嘘だろ……これまで俺のような年寄りは何度か見たことがあったが、その逆の若すぎる人間は見たことがなかったので、つい動揺を表に出してしまう。
だが、それなら確かに給湯器の使い方を知らなくても納得できる。
科学に疎いのではなく、人間生活そのものに彼女は疎かった……ということか。
本来の五歳児なら、一人で生活をこなせるわけがない……それゆえに俺は、ある程度のことを一人でこなせる(あまり進んでやろうとはしないが)ベルのことを、その体型も含めて勝手に成人以上の年齢と思い込んでいた。
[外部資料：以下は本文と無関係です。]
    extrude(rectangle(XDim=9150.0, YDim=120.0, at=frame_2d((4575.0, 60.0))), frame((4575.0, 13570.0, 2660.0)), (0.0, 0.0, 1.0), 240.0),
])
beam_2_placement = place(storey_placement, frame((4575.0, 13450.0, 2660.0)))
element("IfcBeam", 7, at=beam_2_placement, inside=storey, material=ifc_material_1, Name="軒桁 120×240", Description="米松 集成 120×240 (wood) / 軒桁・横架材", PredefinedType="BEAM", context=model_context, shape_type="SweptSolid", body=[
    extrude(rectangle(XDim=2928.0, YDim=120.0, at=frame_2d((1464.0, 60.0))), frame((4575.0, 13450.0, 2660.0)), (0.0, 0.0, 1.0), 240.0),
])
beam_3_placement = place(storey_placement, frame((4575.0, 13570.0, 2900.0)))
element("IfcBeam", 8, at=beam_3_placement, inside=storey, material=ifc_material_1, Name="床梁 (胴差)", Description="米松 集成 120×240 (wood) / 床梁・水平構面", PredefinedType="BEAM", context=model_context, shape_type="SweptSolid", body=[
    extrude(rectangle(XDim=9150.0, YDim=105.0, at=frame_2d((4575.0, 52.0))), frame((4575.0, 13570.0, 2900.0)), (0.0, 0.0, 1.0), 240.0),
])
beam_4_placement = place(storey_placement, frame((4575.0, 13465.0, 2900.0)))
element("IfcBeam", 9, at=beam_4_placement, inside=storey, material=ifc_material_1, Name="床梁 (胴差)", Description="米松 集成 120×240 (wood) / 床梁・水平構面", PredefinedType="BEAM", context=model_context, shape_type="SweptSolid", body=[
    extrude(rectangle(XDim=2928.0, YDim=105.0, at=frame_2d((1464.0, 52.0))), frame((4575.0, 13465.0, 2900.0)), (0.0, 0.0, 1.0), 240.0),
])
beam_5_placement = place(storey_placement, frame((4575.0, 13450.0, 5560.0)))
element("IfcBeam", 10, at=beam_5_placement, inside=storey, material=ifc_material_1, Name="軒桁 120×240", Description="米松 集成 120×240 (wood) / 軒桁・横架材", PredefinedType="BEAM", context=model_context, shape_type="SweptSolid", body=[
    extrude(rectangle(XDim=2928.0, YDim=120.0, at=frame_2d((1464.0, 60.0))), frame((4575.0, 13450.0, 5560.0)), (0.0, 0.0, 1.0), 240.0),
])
「あくまで作られてから五年とちょっとだから、それを年齢と言っていいのか分からないんだけどね……ロシアで作られた私は「V2034」っていう番号で呼ばれていた。あ、今の名前は大統領がつけてくれたんだ!綺麗で白い私の髪にちなんで「ベルベット・アルヴィナ」なんだって」
そう言ってベルは、名前の由来になった白い絹のような髪束をふさり────と背中で揺らした。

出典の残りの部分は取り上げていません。